Relationships with Other Apache Products

Twill is deeply integrated with Apache projects. Twill uses Apache YARN as its underlying resource management and task scheduling system and Apache Zookeeper for coordination. In addition, Twill uses Apache HDFS and Apache Kafka. A number of other Apache projects are Twill dependencies and are listed in the External Dependencies section.

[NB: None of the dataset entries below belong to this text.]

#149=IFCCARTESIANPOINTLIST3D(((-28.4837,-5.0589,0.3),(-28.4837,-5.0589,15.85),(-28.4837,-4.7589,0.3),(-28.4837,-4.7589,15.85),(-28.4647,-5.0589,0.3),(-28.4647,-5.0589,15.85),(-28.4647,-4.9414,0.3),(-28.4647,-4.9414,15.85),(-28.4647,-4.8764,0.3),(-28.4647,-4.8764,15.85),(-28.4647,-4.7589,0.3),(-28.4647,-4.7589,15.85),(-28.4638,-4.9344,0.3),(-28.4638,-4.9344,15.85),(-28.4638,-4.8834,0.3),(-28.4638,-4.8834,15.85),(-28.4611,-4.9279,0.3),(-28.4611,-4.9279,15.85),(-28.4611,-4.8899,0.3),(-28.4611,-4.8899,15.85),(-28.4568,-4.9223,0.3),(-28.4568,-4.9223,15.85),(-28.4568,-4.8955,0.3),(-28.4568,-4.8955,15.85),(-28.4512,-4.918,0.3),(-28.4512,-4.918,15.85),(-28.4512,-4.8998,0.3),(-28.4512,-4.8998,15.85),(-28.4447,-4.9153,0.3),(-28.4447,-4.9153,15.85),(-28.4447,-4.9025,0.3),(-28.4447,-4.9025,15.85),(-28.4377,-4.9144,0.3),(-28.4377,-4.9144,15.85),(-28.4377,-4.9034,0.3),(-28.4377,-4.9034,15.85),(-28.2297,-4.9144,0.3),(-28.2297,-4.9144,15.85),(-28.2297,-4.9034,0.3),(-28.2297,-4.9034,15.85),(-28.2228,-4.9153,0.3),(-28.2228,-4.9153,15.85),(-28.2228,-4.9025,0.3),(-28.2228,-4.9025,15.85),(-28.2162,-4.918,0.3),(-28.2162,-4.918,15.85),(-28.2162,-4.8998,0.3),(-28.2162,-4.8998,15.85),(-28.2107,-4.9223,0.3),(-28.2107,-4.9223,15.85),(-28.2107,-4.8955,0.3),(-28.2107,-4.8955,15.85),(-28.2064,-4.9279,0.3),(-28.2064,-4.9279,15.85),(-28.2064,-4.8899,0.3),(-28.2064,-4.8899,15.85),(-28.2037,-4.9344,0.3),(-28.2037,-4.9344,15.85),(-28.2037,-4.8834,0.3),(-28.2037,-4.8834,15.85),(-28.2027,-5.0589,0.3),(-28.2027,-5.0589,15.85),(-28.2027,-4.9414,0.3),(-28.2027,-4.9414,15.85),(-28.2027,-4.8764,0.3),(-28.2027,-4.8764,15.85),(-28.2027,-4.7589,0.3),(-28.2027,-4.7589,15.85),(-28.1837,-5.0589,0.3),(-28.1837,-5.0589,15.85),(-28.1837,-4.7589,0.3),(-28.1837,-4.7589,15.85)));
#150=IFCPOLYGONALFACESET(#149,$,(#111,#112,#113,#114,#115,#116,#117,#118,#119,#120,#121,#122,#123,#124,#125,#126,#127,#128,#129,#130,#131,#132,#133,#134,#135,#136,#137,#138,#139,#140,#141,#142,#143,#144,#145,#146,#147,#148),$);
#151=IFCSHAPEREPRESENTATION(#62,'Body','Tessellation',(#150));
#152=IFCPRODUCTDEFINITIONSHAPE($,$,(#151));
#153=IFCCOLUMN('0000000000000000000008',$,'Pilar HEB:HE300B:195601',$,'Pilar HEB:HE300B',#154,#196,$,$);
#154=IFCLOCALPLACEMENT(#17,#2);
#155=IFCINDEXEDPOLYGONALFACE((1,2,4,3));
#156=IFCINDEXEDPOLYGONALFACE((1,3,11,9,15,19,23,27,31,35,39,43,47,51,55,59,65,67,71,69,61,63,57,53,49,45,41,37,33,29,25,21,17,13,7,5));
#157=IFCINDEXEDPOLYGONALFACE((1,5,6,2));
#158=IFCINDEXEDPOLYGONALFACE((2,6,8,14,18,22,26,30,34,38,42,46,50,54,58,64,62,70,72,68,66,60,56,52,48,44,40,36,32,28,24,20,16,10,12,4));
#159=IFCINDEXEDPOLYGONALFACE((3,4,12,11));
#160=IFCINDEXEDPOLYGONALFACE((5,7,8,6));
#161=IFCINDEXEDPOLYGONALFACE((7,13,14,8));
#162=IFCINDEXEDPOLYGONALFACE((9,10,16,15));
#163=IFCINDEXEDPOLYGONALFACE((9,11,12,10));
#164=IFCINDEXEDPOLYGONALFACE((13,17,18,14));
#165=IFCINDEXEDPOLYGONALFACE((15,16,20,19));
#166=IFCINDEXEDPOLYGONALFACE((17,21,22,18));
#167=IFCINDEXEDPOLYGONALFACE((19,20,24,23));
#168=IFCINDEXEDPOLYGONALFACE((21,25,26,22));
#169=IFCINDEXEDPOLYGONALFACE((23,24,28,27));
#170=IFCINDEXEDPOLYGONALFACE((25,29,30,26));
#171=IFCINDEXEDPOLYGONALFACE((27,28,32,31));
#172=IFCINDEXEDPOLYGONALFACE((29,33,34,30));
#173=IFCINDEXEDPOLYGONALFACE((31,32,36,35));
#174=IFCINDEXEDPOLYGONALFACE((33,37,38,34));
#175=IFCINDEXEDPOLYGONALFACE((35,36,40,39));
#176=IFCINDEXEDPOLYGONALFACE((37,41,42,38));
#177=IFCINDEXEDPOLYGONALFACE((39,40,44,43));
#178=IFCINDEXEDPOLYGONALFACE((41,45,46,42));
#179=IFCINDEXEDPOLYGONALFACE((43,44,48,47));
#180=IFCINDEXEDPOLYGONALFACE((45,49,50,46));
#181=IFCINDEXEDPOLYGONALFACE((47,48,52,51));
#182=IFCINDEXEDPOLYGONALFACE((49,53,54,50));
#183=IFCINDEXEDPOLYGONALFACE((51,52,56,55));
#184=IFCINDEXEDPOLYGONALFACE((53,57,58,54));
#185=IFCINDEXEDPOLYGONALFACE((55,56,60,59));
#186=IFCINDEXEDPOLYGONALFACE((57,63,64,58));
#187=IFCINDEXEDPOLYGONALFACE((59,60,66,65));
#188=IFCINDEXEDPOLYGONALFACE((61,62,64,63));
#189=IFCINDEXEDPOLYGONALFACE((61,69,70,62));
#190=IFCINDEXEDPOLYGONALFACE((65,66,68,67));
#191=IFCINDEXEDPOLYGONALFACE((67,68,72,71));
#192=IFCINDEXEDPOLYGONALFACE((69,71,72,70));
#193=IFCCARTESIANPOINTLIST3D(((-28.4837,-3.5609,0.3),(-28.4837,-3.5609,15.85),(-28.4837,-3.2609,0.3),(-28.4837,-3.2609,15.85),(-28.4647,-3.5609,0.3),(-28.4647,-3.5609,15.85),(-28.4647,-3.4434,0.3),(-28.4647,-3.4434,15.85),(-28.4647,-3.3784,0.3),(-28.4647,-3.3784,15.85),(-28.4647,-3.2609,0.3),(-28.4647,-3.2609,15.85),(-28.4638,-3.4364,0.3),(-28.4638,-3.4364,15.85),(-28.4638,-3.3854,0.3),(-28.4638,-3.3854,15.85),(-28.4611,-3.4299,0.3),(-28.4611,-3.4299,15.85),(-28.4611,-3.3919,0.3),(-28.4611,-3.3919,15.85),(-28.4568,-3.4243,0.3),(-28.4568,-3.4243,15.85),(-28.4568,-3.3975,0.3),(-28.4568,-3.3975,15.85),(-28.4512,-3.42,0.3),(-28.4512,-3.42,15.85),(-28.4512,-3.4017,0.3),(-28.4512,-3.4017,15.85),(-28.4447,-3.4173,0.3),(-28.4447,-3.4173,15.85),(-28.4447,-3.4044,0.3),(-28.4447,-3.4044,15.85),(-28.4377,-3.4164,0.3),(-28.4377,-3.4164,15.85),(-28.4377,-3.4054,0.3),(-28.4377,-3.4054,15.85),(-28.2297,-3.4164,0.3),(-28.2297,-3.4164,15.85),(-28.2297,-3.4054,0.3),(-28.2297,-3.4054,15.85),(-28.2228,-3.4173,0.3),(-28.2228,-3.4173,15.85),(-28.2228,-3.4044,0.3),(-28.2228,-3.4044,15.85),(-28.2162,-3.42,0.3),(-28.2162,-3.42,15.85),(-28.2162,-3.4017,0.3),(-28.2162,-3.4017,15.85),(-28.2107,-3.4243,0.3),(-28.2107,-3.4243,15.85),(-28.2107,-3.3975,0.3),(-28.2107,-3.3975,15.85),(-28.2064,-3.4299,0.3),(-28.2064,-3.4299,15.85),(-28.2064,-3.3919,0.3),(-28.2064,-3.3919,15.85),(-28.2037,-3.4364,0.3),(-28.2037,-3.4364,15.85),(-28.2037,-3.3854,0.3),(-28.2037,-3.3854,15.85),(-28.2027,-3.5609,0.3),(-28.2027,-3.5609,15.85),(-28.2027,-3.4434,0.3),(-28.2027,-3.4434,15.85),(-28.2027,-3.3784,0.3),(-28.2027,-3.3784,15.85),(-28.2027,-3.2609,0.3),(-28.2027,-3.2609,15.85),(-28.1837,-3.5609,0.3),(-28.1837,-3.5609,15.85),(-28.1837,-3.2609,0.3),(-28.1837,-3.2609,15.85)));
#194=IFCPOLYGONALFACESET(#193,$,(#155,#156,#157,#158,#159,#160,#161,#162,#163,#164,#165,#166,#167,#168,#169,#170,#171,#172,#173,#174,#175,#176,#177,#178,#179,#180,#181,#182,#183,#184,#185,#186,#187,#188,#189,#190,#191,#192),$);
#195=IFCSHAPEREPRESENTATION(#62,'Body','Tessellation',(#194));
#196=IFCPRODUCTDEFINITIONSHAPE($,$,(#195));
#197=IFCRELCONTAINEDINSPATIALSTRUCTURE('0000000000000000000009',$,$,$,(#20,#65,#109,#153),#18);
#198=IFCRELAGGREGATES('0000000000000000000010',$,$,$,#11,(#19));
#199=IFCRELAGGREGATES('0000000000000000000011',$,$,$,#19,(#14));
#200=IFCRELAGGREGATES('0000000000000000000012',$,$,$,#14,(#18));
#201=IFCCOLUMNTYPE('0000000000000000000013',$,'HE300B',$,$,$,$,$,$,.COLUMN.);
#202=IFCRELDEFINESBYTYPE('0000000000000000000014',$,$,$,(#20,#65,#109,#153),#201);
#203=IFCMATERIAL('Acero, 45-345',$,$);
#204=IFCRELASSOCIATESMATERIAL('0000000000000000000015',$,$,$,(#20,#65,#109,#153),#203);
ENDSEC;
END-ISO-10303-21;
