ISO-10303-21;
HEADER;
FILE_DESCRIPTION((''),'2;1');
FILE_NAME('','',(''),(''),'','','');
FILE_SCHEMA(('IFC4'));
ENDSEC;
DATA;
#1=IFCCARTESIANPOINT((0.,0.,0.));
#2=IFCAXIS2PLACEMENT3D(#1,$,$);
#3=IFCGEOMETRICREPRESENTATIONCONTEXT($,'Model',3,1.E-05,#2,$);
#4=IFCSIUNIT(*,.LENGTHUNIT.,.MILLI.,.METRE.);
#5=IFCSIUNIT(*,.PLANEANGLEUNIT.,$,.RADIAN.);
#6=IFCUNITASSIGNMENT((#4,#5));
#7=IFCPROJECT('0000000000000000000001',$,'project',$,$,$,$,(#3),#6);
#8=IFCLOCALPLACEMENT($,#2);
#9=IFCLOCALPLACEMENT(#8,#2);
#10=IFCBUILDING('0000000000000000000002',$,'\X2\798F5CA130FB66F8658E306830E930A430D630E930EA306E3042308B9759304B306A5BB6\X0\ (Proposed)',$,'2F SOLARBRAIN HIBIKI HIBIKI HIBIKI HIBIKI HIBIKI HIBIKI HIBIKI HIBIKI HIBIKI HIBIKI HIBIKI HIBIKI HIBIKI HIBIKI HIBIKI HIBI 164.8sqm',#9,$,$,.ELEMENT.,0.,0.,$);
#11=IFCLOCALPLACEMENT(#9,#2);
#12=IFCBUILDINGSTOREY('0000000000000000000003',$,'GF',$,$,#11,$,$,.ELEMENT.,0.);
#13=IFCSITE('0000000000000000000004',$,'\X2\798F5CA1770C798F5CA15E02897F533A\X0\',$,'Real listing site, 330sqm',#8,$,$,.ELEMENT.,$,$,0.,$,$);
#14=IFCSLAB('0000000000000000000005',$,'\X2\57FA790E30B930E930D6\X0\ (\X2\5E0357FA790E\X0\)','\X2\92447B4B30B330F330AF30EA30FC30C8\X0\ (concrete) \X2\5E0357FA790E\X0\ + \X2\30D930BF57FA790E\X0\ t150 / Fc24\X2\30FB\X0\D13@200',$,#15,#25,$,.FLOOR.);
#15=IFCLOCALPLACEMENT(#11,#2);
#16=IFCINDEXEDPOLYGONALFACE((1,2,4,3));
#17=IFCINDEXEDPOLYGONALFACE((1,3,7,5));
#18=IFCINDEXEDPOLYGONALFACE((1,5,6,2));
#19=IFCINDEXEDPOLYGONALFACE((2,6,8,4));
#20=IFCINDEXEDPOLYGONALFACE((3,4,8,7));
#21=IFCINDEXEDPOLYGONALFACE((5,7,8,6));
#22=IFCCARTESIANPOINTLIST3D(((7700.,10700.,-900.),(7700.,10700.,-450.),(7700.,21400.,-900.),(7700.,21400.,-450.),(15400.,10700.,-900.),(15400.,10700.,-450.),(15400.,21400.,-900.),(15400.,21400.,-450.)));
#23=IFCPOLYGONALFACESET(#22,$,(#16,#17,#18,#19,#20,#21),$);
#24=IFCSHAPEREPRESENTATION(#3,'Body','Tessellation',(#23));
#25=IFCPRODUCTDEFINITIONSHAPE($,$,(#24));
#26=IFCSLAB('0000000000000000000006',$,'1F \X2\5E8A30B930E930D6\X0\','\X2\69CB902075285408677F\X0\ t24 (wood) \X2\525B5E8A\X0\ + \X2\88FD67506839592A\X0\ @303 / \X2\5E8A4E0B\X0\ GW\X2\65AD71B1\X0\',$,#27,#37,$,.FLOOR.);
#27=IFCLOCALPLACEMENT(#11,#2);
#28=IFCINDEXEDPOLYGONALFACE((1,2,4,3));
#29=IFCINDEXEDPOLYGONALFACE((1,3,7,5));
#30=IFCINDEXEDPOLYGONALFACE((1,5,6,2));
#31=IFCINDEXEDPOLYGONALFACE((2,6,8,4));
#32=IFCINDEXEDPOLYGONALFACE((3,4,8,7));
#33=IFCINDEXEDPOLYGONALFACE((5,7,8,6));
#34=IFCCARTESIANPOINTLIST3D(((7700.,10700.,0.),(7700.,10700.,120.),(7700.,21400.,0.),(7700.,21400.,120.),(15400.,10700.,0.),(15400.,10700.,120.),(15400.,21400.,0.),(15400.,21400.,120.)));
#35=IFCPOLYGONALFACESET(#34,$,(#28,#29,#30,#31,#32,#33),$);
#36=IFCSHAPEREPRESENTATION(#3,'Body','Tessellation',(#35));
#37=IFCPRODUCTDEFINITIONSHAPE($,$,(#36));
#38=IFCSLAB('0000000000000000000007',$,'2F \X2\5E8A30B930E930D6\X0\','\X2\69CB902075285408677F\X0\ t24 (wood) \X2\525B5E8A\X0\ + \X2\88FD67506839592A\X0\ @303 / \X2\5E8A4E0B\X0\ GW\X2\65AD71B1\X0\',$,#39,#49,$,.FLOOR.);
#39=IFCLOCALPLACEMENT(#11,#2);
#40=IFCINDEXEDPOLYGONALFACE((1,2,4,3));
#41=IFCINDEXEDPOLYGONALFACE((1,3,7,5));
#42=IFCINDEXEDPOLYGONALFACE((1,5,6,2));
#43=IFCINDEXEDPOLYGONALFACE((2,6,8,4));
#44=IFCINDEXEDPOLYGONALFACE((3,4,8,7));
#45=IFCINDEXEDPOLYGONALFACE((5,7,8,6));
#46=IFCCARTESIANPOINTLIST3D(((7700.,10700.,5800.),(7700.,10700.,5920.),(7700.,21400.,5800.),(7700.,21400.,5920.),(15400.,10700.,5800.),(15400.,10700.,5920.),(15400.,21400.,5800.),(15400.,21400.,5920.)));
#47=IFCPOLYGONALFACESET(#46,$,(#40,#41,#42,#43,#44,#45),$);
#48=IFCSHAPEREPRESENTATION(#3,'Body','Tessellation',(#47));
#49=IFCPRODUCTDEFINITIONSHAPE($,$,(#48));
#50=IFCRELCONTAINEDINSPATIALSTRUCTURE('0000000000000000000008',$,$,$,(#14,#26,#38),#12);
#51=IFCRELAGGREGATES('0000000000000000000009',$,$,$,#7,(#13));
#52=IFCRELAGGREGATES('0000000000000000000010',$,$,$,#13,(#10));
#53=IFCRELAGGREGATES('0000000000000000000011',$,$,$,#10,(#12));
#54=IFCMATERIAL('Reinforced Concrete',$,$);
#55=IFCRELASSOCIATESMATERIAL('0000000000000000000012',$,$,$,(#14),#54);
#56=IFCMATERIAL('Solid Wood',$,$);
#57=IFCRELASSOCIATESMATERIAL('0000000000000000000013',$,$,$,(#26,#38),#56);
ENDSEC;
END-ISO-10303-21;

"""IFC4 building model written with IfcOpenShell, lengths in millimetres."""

from ifc_helpers import new_model, si_unit, frame, frame_2d, origin, place, context, project, spatial, rectangle, extrude, material, element, save


model = new_model("IFC4")

# Units and contexts
model_context = context("Model", 3, precision=1e-05, world=origin())
ifc_project = project(units=[si_unit("LENGTHUNIT", "METRE", prefix="MILLI"), si_unit("PLANEANGLEUNIT", "RADIAN")], contexts=[model_context])

# Site, building, storey
site_placement = place(None, origin())
site = spatial("IfcSite", under=ifc_project, at=site_placement, Name="福岡県福岡市西区", ObjectType="Real listing site, 330sqm", CompositionType="ELEMENT", RefElevation=0.0)
building_placement = place(site_placement, origin())
building = spatial("IfcBuilding", under=site, at=building_placement, Name="福岡・書斎とライブラリのある静かな家 (Proposed)", ObjectType="2F SOLARBRAIN HIBIKI HIBIKI HIBIKI HIBIKI HIBIKI HIBIKI HIBIKI HIBIKI HIBIKI HIBIKI HIBIKI HIBIKI HIBIKI HIBIKI HIBIKI HIBI 164.8sqm", CompositionType="ELEMENT", ElevationOfRefHeight=0.0, ElevationOfTerrain=0.0)
storey_placement = place(building_placement, origin())
storey = spatial("IfcBuildingStorey", under=building, at=storey_placement, Name="GF", CompositionType="ELEMENT", Elevation=0.0)

# Shared definitions
ifc_material_1 = material(Name="Solid Wood")

# Slabs
ifc_material_2 = material(Name="Reinforced Concrete")
slab_1_placement = place(storey_placement, frame((3850.0, 5350.0, -450.0)))
element("IfcSlab", 1, at=slab_1_placement, inside=storey, material=ifc_material_2, Name="基礎スラブ (布基礎)", Description="鉄筋コンクリート (concrete) 布基礎 + ベタ基礎 t150 / Fc24・D13@200", PredefinedType="FLOOR", context=model_context, shape_type="SweptSolid", body=[
    extrude(rectangle(XDim=7700.0, YDim=10700.0, at=frame_2d((3850.0, 5350.0))), frame((3850.0, 5350.0, -450.0)), (0.0, 0.0, 1.0), 450.0),
])
slab_2_placement = place(storey_placement, frame((3850.0, 5350.0, 0.0)))
element("IfcSlab", 2, at=slab_2_placement, inside=storey, material=ifc_material_1, Name="1F 床スラブ", Description="構造用合板 t24 (wood) 剛床 + 製材根太 @303 / 床下 GW断熱", PredefinedType="FLOOR", context=model_context, shape_type="SweptSolid", body=[
    extrude(rectangle(XDim=7700.0, YDim=10700.0, at=frame_2d((3850.0, 5350.0))), frame((3850.0, 5350.0, 0.0)), (0.0, 0.0, 1.0), 120.0),
])
slab_3_placement = place(storey_placement, frame((3850.0, 5350.0, 2900.0)))
element("IfcSlab", 3, at=slab_3_placement, inside=storey, material=ifc_material_1, Name="2F 床スラブ", Description="構造用合板 t24 (wood) 剛床 + 製材根太 @303 / 床下 GW断熱", PredefinedType="FLOOR", context=model_context, shape_type="SweptSolid", body=[
    extrude(rectangle(XDim=7700.0, YDim=10700.0, at=frame_2d((3850.0, 5350.0))), frame((3850.0, 5350.0, 2900.0)), (0.0, 0.0, 1.0), 120.0),
])

save(model, "model.ifc")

An Excessive Fascination with the Apache Brand

While we respect the reputation of the Apache brand and have no doubt that it will attract contributors and users, our interest is primarily to give Twill a solid home as an open source project following an established development model. We have also given additional reasons in the Rationale and Alignment sections.

Documentation

The current documentation for Weave is at https://github.com/continuuity/weave. This will be adapted to the new name Twill.

Initial Source

The Weave codebase is currently hosted at https://github.com/continuuity/weave. Weave will be renamed to Twill to seed the Apache git repository.

External Dependencies

The dependencies all have Apache-compatible licenses:

  • avro (Apache 2.0)
  • hadoop (Apache 2.0)
  • gson (Apache 2.0)
  • guava-libraries (Apache 2.0)
  • hbase (Apache 2.0)
  • hdfs (Apache 2.0)
  • kafka (Apache 2.0)
  • netty (Apache 2.0)
  • snappy-java (Apache 2.0)
  • yarn (Apache 2.0)
  • zookeeper (Apache 2.0)
  • asm (BSD)
  • junit (EPL v1.0)
  • logback (EPL v1.0 )
  • slf4j (MIT)

Cryptography

Twill will depend on secure Hadoop, which can optionally use Kerberos.

Required Resources

Mailing Lists

  • twill-private for private PMC discussions (with moderated subscriptions)
  • twill-dev for technical discussions among contributors
  • twill-commits for notification about commits

Subversion Directory

Git is the preferred source control system: git://git.apache.org/twill

Issue Tracking

JIRA Twill (TWILL)

Other Resources

The existing code already has unit tests, so we would like a Hudson instance to run them whenever a new patch is submitted. This can be added after project creation.

Initial Committers

  • Terence Yim
  • Andreas Neumann
  • Gary Helmling
  • Poorna Chandra
  • Albert Shau

Affiliations

  • Terence Yim (Continuuity)
  • Andreas Neumann (Continuuity)
  • Gary Helmling (Continuuity)
  • Poorna Chandra (Continuuity)
  • Albert Shau (Continuuity)

Sponsors

Champion

Vinod K <vinodkv at apache dot org> (Apache Member)

Nominated Mentors

  • Arun C Murthy <acmurthy at apache dot org>
  • Tom White <tomwhite at apache dot org>
  • Patrick Hunt <phunt at apache dot org>
  • Andrei Savu <asavu at apache dot org>

Sponsoring Entity

We are requesting that the Incubator sponsor this project.